My mavens on the floor see $100 million to buy market on close.
In terms of sectors, buys seen in telecom ($60 million) and financials ($45 million); sales seen in consumer staples ($25 million) and energy ($22 million).
In terms of individual equities, buys are in Verizon (VZ, $60 million), Exxon Mobil (XOM, $35 million) and State Street (STT, $30 million); sales are in Hess (HES, $30 million), Lorillard (LO, $25 million) and AIG (AIG, $23 million).
Let's Go to the Tape! (Part Deux)
- Without further ado, here is Diana Olick discussing the housing outlook.
As promised, here is the video of the lynx-eyed Diana Olick discuss the housing outlook on CNBC.
As mentioned previously, some of her observations modify my opening missive.
Parting With Procter
- From my perch, the shares are now fully priced with an uninspiring risk/reward.
Housekeeping item: Procter & Gamble (PG) has had a big run after its fourth-quarter 2012 earnings beat.
From my perch, the shares are now fully priced with an uninspiring risk/reward, and I have sold most of my long position in this name.
Dearth of First-Time Homebuyers
- Diana Olick discusses this issue on CNBC.
CNBC's Diana Olick with a good conversation on the dearth of first-time buyers in the U.S. housing market.
It reinforces my points this morning, and I will post the video when available.
Bidding for Northwest Bancshares
- Otherwise doing nothing.
I am bidding for Northwest Bancshares (NWBI) at $12.20.
Otherwise doing nothing.
They Just Can't Bear It
- I remain a remnant.
It is remarkable to me how few bears remain.
I just finished watching a CNBC segment, interviewing two recently converted bearish strategists whose previous fundamental concerns remain intact but their overall market view has changed to bullish as the stampede higher has drawn them into the fold.
While I recognize the power of the crowd and of price momentum, I remain a remnant, and I continue to harbor numerous market concerns.
Let's Go to the Tape!
- Here it is.
Here is a video of my appearance on "Fast Money Halftime Report."
Inconceivable!
- Investing lessons from Sicily.
Here is a question from a subscriber (my friend/buddy/pal Roguey) in our Comments section:
Question "Theoretically stocks can move down,no?"
Answer:Inconceivable!
Short Selling
- I discussed the subject on 'Fast Money Halftime Report.'
On "Fast Money Halftime Report," we briefly discussed short selling.
Here is the column I recently wrote on the subject in my diary.
Breadth Check
- Here's a whiff.
Below is a look at breadth at midday.
- S&P 500: 201 advancers to 291 decliners
- NYSE: 842 advancers to 977 decliners
- Nasdaq: 1,166 advancers to 944 decliners
- Russell 2000: 1,076 advancers to 806 decliners
Volume on the S&P is 7% lower than past 10-day average, 2% lower than past 30-day average and 6% lower than Friday's volume for this time of day.
Avon Acknowledgment
- Barron's had positive comments.
Avon Products (AVP) was mentioned favorably in this weekend's Barron's Roundtable.
An Explanation of Market on Close Orders
- I hope this is helpful.
Over the past few weeks at the end of the trading day (at about 3:50 p.m.
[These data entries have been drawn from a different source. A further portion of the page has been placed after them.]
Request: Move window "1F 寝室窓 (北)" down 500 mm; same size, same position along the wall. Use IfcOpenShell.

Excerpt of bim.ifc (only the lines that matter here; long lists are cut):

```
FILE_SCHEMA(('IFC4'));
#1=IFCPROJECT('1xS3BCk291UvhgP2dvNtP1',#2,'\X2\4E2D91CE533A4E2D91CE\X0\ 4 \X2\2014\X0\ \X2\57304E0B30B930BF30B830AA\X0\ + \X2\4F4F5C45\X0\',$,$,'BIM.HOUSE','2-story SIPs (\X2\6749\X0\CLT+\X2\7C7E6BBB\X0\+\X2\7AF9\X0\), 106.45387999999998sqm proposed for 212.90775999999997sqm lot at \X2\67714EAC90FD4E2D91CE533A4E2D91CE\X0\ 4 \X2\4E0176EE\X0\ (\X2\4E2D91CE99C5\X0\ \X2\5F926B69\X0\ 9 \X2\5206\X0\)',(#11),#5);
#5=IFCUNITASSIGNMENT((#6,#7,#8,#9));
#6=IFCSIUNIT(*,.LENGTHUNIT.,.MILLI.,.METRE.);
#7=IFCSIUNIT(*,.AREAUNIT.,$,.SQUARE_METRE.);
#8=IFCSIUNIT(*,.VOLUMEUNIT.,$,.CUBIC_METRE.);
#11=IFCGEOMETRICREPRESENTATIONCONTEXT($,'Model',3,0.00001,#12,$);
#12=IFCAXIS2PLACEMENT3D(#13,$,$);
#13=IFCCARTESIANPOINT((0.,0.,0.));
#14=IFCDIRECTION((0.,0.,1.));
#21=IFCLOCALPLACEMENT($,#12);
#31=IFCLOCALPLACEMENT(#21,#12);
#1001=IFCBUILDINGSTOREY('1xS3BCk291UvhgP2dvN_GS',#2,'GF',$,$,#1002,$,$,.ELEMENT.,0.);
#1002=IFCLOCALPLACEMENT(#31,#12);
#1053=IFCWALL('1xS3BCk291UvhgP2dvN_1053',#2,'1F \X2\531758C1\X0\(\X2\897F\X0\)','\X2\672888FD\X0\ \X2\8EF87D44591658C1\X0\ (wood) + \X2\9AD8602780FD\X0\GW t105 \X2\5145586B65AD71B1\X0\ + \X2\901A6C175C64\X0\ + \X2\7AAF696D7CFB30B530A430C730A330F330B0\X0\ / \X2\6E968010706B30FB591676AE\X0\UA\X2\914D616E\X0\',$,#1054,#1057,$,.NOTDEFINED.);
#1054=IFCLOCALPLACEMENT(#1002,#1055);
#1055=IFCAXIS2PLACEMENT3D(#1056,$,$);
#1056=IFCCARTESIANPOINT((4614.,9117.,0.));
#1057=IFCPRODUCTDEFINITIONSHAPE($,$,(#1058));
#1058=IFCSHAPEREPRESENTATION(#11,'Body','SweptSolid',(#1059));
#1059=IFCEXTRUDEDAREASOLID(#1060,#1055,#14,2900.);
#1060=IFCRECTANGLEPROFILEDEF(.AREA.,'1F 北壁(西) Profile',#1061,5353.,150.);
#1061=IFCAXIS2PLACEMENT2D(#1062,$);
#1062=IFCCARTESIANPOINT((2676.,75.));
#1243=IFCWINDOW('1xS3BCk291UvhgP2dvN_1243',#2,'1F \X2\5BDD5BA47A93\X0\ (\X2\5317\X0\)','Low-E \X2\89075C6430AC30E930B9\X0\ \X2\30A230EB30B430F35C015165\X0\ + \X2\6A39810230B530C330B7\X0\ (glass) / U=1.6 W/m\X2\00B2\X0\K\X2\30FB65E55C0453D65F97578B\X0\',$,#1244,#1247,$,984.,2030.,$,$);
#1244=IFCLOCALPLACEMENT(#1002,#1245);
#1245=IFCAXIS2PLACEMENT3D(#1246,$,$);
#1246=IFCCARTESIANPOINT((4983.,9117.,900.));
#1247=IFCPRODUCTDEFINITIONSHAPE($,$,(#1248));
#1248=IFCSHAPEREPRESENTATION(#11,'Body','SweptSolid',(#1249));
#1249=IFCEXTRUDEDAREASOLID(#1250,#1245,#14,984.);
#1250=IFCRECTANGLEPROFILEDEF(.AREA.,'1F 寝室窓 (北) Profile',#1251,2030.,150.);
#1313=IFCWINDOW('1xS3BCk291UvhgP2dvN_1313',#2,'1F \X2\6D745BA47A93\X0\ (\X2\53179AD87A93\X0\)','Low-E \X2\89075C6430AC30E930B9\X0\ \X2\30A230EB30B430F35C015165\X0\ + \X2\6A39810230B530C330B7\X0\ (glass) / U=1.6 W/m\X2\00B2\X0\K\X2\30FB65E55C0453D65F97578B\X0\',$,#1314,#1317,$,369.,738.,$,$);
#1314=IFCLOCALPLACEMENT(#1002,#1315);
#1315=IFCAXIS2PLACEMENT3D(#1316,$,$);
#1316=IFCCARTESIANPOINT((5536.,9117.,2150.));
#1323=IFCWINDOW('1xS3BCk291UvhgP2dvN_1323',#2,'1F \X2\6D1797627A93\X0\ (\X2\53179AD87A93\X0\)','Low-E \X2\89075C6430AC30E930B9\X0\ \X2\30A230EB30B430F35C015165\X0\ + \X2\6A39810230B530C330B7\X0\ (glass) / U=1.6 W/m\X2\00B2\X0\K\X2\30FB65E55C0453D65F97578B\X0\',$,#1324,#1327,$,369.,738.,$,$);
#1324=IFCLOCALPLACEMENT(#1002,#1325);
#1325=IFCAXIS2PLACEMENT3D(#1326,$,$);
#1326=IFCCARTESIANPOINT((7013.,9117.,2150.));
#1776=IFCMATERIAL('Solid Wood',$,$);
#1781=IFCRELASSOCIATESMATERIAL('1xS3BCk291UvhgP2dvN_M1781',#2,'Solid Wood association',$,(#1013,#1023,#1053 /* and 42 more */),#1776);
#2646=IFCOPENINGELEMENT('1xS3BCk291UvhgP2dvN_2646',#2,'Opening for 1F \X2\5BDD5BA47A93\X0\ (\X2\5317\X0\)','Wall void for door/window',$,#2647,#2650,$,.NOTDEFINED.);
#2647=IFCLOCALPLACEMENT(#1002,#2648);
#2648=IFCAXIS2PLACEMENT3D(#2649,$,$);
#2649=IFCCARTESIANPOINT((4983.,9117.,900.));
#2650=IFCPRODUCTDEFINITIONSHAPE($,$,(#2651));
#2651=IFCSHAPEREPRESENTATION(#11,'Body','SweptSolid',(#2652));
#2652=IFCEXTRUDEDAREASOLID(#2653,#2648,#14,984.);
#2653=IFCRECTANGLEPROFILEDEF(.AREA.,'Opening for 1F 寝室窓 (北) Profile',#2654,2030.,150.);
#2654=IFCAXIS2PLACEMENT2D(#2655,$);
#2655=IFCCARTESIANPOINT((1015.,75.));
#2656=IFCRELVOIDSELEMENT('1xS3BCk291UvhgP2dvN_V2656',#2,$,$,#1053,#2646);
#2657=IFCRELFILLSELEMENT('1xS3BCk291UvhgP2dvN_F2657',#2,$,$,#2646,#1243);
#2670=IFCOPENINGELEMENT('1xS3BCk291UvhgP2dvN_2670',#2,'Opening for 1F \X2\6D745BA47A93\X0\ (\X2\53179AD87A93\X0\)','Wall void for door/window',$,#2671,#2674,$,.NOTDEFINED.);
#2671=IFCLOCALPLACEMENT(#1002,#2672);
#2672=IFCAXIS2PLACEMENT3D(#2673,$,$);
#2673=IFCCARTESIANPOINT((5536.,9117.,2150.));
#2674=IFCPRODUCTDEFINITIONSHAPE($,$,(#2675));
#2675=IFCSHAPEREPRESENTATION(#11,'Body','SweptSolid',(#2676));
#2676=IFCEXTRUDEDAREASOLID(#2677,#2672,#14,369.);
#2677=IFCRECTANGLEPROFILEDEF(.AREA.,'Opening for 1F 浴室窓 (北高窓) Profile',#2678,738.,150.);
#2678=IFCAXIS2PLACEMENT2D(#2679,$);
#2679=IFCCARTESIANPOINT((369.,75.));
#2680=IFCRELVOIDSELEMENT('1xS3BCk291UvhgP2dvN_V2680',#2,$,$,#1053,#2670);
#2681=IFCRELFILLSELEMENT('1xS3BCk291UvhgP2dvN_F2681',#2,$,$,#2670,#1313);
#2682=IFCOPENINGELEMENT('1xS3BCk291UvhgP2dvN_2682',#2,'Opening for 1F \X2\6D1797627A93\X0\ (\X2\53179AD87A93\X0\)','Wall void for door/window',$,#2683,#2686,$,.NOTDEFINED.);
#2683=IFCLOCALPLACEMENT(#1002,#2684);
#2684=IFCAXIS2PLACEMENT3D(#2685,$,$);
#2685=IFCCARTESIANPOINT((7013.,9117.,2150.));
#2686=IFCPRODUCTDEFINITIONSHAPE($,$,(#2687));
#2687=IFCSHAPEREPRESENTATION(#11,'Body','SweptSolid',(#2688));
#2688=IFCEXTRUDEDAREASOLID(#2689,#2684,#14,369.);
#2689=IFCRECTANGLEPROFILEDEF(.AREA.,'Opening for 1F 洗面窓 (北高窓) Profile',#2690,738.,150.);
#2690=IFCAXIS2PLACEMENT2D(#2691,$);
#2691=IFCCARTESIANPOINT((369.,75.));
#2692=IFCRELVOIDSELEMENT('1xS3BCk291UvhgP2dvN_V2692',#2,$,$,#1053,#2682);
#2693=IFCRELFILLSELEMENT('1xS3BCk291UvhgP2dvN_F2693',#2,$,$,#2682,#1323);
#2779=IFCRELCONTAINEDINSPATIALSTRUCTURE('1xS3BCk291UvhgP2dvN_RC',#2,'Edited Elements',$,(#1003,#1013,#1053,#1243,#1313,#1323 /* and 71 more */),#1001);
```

```python
import numpy as np
import ifcopenshell
import ifcopenshell.api.geometry
import ifcopenshell.util.placement
import ifcopenshell.util.unit

model = ifcopenshell.open("bim.ifc")
unit_scale = ifcopenshell.util.unit.calculate_unit_scale(model)

window = model.by_guid("1xS3BCk291UvhgP2dvN_1243")
opening = window.FillsVoids[0].RelatingOpeningElement
dz = -0.5 / unit_scale

shift = np.array([0.0, 0.0, dz])
# The window is not placed relative to its opening, so move both.
for product in (opening, window):
    matrix = ifcopenshell.util.placement.get_local_placement(product.ObjectPlacement)
    matrix[:3, 3] += shift
    ifcopenshell.api.geometry.edit_object_placement(model, product=product, matrix=matrix, is_si=False)

print(f"moved by {dz * unit_scale:+.3f} m")

model.write("bim_edited.ifc")
```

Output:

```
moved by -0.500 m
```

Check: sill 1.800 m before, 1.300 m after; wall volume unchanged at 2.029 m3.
EST), I have routinely registered what the market on close imbalances are.
I have received numerous questions from subscribers searching for an explanation of the source of the market on close orders.
The most notable effect on market on close imbalances (on any given day) is by far program trading that looks to mark trades at the closing price.
Also, ETFs often rebalance their portfolios at day's end.
Single-stock imbalances, relative to programs and ETF rebalances rarely effect the overall market on close.
The market on close information is published throughout the day (on Bloomberg and other platforms) and obviously changes right to the close with cancelations and pairings.
Most of the time imbalances are paired off, but sometimes they are not. Though unpredictable, this can create a trading opportunity.
The final market on close imbalances are published at around 3:45 p.m. EST.
I hope this is helpful.
Tune In
- I'll be on CNBC's 'Fast Money Halftime Report' today.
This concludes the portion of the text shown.